The faster speed drive is critical when working with large files, such as video or graphics. Since you said you won't be doing that, I'd put the extra $125 towards something else like extra RAM, purchased from a 3rd party.
 
I went for the 4200 RPM drive in my AluBook, and I've done high-end Photoshoping and Final Cut Pro work without any problems. I'm sure it would be much faster if I had the 5400 RPM drive, but it still worked better and faster than my Quicksilver tower did at home.
 
There are a couple of situations where the faster hard drive will help.

1) When you have RAM maxed out and you keep it loaded constantly and the operating system is paging data to/from the hard drive.

2) You're running database queries on multiple tables, which go to the hard drive constantly.

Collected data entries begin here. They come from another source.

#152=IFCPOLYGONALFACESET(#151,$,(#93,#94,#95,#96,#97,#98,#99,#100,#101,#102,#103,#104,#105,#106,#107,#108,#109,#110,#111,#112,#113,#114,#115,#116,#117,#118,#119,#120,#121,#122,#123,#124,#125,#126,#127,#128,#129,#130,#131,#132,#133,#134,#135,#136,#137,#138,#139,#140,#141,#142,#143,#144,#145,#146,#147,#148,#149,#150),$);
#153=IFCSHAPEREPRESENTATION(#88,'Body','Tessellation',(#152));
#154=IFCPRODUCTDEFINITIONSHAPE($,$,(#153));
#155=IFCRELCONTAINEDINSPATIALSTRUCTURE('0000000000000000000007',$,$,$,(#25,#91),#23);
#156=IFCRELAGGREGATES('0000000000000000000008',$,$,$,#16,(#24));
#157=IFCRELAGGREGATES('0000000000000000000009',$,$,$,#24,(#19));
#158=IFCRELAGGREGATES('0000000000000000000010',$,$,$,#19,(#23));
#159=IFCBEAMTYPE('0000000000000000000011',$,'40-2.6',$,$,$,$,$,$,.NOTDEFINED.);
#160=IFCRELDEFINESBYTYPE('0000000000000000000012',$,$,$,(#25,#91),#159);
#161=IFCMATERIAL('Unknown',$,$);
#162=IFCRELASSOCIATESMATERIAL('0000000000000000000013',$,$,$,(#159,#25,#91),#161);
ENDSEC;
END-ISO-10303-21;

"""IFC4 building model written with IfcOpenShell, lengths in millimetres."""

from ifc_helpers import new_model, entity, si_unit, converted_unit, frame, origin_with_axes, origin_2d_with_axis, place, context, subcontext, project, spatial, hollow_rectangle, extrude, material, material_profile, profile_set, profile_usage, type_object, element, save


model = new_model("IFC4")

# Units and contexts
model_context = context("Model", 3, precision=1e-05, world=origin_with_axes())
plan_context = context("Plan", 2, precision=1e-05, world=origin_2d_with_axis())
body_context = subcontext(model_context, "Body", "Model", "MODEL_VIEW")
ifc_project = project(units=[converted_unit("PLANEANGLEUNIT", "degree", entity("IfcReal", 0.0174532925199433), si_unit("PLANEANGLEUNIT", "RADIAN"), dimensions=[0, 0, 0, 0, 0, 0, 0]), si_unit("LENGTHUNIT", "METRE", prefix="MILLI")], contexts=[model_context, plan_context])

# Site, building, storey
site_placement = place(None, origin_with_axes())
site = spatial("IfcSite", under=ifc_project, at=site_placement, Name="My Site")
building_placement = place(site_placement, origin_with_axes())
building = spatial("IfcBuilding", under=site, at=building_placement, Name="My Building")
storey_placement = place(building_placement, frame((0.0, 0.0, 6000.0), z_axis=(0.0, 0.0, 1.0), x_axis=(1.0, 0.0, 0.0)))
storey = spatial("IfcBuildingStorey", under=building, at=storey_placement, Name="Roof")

Spend your money on RAM, it'll keep down the need for the faster hard drive.
 
Originally posted by bousozoku
Spend your money on RAM, it'll keep down the need for the faster hard drive.

Hmmm..OK, Do you think 1GB of Ram is enough these days? Again, I'm not doing much graphic work, a little bit for web design etc. from time to time. Although I will be using iDVD and the Superdrive to make DVD's, but the main thing for me, 90% of the time is I have Entourage, Safari and Filemaker open and need them to run fast.
 
no one mention swap space on the hard drive. your operating uses part of the hard drive as swap space to swap stuff between memory. faster hard drive will gain in this area. you have to remember your hard drive is your bottle neck between ram and the cpu. making your bottleneck faster will increase your overall perfmance. if you do a lot of video work, 1 gig of ram will do you alot of good, regardless though, your need to use you hard to swap at some point. that is my two cents.

Originally posted by rbro
Hmmm..OK, Do you think 1GB of Ram is enough these days? Again, I'm not doing much graphic work, a little bit for web design etc. from time to time. Although I will be using iDVD and the Superdrive to make DVD's, but the main thing for me, 90% of the time is I have Entourage, Safari and Filemaker open and need them to run fast.